Directions for this task: Go through the data below and return each line where the string "Double" appears.

Materials provided:
========

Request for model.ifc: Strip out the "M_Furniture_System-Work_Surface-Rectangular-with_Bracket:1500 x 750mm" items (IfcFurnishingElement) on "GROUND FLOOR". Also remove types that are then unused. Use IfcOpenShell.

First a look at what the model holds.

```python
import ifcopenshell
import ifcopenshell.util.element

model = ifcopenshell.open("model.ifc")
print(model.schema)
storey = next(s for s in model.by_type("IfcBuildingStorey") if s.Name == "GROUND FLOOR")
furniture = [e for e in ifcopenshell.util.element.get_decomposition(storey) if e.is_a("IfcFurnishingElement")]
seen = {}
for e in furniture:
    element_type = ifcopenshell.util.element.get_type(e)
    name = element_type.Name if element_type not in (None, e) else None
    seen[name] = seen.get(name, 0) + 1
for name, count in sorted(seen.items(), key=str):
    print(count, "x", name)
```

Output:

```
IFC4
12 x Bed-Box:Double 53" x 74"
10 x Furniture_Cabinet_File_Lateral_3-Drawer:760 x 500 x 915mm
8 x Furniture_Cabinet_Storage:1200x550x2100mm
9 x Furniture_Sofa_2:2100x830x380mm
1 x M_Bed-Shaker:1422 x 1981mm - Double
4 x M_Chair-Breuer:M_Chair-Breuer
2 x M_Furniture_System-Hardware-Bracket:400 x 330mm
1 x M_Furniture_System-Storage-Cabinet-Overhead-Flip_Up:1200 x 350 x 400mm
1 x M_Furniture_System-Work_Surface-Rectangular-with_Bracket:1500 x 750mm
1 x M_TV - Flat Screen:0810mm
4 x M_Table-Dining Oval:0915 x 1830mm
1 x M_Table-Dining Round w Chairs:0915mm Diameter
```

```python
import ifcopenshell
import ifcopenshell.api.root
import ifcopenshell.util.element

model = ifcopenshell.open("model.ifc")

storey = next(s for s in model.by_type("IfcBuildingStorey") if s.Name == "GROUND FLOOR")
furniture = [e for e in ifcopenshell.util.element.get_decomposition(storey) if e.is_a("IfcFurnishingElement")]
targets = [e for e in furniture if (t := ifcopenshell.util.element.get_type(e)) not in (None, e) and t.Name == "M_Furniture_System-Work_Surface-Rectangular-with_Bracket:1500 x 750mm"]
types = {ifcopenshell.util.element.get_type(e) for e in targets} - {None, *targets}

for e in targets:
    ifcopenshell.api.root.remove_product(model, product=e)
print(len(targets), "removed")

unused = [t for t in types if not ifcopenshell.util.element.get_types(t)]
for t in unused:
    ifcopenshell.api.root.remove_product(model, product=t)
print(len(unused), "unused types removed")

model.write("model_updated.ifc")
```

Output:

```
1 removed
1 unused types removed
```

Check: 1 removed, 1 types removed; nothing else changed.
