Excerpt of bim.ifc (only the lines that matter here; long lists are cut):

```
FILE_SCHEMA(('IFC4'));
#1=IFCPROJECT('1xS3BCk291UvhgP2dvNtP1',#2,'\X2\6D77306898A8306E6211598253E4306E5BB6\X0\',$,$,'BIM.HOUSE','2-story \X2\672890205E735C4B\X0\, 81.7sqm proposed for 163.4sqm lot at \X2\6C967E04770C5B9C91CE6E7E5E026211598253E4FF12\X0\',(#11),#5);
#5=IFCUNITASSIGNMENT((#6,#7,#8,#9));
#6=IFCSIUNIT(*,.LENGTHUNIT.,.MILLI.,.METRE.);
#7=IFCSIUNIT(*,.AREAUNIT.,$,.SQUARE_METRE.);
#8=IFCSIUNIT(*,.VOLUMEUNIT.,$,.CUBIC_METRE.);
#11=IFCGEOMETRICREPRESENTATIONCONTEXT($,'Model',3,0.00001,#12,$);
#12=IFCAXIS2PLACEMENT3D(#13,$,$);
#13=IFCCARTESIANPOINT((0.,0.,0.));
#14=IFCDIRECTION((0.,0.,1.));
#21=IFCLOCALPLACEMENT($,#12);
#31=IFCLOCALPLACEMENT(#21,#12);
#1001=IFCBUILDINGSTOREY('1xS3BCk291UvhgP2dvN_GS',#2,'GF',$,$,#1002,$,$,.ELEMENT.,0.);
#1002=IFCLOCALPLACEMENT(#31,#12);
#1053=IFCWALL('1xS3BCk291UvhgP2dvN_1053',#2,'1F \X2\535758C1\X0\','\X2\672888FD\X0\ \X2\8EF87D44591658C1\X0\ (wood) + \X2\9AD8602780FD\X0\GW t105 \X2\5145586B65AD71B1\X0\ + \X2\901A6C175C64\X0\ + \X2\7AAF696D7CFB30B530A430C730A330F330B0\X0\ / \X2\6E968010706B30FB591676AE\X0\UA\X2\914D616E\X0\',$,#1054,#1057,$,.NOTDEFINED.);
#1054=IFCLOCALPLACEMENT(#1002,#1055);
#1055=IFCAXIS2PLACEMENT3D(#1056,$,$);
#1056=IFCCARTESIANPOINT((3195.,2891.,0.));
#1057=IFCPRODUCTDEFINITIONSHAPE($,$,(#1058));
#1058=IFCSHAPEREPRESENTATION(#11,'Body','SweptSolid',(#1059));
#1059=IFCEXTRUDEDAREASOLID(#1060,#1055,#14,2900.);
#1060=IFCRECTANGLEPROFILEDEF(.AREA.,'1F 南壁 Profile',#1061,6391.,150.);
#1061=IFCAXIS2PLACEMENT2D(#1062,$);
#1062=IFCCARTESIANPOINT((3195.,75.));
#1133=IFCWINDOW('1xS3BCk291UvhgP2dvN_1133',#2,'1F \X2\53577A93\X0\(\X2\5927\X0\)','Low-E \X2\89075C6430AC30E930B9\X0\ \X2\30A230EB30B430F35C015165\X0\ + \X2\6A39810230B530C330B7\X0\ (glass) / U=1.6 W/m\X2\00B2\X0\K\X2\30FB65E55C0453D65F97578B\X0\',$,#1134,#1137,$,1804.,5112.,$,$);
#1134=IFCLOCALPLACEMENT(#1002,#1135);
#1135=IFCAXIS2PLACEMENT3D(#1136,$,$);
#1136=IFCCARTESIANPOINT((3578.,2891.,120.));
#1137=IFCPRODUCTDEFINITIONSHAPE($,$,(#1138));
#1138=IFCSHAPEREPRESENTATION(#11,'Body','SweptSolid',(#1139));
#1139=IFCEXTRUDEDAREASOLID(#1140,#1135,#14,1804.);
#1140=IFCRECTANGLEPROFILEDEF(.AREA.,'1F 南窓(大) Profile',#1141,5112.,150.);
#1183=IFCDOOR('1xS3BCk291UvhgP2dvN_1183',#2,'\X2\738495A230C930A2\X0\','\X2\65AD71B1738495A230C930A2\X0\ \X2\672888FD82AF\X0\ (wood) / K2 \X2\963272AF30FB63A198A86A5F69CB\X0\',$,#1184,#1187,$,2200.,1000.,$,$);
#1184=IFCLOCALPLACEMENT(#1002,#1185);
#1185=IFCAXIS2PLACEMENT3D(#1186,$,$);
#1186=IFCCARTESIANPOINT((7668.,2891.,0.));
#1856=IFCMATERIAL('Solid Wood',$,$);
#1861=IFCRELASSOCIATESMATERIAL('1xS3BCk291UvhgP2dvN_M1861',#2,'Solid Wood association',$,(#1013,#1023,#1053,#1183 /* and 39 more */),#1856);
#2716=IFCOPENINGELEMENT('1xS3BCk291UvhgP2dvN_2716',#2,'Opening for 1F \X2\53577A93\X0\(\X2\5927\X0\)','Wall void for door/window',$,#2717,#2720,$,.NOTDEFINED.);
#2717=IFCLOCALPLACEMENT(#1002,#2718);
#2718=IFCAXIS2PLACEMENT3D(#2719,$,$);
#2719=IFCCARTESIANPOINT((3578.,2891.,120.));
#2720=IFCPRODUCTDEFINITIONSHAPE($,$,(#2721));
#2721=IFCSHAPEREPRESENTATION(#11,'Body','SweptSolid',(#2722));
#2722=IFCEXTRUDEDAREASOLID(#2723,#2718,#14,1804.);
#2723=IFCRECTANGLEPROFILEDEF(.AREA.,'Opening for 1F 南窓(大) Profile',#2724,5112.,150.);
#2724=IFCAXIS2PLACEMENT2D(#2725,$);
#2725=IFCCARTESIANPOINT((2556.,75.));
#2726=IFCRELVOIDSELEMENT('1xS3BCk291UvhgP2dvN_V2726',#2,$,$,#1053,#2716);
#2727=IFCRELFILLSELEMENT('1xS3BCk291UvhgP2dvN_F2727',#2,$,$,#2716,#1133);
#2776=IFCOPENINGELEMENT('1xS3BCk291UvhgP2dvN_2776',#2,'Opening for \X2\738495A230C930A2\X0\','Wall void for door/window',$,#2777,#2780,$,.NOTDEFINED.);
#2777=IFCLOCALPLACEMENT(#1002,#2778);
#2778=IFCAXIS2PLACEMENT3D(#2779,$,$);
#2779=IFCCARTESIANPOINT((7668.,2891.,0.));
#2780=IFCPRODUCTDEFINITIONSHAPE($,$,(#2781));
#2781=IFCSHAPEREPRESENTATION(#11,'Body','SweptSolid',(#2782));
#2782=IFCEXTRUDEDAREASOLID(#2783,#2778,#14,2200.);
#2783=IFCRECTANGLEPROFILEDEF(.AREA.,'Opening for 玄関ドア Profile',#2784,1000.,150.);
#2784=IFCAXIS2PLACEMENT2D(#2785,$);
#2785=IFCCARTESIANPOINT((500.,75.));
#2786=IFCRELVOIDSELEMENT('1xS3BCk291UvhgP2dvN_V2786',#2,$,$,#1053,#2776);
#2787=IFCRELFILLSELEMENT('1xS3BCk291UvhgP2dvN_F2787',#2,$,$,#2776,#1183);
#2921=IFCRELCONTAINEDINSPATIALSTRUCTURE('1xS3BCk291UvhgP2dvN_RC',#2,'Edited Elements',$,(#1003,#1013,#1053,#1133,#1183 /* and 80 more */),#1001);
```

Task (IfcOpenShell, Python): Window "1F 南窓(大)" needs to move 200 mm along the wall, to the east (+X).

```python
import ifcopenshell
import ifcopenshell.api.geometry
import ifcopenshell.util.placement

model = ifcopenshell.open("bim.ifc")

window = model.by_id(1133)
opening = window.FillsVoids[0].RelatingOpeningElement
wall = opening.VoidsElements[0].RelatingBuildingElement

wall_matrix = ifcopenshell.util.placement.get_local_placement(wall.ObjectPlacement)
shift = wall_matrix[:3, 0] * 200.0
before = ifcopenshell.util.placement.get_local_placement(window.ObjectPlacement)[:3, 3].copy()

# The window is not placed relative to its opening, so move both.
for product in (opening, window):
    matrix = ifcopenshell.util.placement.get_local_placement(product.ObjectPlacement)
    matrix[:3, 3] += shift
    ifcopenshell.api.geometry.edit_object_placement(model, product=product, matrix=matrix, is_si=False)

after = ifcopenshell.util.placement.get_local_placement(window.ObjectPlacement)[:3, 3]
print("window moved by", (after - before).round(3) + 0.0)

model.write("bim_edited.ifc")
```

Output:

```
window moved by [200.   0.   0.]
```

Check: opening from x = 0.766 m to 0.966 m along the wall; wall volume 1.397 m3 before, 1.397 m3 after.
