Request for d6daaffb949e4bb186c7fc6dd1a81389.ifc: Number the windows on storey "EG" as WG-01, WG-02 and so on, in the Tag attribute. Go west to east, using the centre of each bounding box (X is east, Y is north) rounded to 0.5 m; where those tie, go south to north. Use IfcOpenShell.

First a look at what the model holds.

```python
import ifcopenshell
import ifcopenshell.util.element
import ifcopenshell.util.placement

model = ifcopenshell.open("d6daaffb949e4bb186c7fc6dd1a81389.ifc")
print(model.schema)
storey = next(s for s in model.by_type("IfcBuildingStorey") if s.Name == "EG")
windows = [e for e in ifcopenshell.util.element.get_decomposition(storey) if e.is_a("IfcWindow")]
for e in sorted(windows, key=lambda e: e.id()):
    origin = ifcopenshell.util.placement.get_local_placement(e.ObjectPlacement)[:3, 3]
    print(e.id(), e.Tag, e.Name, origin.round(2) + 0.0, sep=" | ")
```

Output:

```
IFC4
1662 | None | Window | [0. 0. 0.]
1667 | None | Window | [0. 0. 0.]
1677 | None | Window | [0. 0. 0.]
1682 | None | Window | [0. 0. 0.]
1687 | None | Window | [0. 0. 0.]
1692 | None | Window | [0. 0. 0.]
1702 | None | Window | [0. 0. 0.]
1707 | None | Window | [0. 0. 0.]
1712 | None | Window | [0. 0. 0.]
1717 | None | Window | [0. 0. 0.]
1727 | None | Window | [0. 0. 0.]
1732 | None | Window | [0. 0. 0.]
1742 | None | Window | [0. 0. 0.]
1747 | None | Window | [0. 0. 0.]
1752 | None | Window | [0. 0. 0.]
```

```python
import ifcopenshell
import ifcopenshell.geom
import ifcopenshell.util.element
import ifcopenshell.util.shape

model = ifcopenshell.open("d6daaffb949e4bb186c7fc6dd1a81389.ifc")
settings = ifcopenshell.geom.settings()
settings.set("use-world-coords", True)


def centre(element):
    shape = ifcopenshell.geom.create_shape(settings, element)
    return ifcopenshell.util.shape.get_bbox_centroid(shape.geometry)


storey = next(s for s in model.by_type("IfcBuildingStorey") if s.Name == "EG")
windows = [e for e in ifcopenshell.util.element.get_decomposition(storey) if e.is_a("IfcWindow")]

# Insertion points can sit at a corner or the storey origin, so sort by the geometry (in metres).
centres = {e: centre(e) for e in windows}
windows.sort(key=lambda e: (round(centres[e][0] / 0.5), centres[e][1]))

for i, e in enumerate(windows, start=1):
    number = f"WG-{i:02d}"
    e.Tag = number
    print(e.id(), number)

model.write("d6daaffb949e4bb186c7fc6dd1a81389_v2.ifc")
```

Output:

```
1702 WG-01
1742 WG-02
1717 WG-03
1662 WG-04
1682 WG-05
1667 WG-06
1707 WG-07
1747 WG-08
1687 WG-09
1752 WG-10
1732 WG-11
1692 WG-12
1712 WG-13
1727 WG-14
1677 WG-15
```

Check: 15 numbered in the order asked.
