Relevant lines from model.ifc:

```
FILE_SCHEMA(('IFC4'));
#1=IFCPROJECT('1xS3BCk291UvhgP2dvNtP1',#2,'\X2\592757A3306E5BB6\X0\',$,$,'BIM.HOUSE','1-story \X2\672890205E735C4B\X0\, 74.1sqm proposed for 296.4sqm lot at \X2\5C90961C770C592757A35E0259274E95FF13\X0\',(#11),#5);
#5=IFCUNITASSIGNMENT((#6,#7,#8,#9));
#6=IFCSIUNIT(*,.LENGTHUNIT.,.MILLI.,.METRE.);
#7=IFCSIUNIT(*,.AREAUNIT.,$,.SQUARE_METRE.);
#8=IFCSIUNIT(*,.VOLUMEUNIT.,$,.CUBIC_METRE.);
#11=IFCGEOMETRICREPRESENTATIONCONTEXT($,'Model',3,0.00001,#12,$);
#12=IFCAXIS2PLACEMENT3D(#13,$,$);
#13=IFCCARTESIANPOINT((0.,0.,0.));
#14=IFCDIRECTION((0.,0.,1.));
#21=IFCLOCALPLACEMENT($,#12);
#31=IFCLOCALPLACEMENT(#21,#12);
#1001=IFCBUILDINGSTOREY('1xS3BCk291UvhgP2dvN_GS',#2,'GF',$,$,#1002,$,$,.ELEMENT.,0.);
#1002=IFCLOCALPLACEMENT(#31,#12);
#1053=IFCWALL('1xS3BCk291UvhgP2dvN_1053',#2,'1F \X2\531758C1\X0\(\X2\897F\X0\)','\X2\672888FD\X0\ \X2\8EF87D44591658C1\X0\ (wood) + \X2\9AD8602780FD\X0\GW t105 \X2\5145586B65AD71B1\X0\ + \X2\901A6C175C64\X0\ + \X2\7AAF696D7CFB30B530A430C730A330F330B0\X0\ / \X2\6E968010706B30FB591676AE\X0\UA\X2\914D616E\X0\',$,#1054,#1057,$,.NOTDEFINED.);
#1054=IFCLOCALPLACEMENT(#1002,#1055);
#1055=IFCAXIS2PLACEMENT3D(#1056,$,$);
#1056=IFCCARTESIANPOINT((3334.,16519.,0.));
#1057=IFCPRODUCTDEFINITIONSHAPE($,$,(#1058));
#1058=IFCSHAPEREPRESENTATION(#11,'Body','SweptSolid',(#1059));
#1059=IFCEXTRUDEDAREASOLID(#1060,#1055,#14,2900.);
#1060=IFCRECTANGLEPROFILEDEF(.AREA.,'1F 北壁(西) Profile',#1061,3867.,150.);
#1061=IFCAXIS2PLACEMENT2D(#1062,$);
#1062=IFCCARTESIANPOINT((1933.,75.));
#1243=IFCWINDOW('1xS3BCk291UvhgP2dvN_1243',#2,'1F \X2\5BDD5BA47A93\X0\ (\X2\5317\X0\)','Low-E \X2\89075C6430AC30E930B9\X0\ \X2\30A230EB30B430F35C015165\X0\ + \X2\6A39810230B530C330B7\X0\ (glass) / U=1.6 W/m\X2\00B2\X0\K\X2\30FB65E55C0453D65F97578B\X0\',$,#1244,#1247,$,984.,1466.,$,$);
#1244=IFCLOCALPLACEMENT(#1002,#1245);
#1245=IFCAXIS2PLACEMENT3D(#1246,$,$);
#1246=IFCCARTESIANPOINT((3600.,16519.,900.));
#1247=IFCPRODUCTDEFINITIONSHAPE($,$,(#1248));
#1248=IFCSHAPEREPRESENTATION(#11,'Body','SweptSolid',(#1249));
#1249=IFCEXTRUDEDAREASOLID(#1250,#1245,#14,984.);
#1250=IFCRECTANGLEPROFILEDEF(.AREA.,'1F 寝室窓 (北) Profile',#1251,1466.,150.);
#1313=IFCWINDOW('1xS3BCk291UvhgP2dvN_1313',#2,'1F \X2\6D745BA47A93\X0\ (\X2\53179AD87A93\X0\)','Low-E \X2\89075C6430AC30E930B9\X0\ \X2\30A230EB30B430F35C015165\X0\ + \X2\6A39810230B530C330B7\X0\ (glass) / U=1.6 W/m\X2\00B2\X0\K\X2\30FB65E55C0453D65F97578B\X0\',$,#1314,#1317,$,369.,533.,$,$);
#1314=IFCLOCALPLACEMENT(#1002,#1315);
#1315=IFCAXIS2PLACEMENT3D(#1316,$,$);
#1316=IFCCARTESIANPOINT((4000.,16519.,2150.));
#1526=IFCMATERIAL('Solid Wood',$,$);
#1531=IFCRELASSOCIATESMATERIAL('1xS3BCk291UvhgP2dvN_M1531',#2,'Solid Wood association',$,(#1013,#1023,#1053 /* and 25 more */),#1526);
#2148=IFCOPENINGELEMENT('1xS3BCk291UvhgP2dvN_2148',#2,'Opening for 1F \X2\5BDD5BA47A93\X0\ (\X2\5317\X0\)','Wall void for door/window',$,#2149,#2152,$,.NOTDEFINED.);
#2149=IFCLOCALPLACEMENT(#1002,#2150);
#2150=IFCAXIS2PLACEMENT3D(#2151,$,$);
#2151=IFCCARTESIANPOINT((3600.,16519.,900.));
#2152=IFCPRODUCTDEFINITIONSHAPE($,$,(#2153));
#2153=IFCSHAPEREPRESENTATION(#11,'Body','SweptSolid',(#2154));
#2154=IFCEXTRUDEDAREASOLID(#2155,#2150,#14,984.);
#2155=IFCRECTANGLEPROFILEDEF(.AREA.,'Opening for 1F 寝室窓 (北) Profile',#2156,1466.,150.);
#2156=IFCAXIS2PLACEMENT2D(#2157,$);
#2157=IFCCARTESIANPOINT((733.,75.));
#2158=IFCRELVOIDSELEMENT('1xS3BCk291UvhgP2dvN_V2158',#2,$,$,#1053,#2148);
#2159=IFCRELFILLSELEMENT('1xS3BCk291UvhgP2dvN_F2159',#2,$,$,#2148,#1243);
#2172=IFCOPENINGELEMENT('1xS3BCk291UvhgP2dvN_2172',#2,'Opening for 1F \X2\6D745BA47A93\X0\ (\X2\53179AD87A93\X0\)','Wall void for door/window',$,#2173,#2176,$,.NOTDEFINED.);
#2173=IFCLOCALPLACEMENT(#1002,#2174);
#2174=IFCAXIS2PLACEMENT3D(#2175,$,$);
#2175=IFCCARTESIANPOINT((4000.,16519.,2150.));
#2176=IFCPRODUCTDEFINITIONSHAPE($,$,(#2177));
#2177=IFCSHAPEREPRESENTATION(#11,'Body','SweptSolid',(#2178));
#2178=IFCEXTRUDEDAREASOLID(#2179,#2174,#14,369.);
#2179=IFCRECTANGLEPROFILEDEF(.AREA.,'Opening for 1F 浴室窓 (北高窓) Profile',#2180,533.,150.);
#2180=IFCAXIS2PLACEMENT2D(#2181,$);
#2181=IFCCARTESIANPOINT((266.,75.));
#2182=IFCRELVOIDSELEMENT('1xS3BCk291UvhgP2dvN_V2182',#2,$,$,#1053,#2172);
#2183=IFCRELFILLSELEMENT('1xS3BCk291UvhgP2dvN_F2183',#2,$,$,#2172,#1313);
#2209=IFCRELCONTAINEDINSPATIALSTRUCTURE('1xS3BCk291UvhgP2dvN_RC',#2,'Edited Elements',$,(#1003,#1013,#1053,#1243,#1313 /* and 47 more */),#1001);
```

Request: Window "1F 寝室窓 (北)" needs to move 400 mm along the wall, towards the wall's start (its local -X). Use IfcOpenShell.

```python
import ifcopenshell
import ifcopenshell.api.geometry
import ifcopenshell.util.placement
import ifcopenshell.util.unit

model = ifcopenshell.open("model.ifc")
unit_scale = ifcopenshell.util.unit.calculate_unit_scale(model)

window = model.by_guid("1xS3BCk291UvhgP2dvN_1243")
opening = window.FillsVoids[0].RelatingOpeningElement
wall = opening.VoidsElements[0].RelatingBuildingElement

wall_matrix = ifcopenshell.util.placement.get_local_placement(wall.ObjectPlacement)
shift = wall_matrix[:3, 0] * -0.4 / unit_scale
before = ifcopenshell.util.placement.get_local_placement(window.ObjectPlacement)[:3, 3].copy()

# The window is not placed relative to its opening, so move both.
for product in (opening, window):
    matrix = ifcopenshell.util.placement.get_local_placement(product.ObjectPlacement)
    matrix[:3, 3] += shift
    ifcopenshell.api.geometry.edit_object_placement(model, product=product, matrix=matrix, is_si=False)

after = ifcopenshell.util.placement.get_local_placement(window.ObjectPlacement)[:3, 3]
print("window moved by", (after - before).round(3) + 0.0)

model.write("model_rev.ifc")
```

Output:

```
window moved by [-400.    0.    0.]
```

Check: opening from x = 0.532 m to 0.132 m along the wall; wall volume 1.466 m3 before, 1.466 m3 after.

========

Result:
12 x Bed-Box:Double 53" x 74"
1 x M_Bed-Shaker:1422 x 1981mm - Double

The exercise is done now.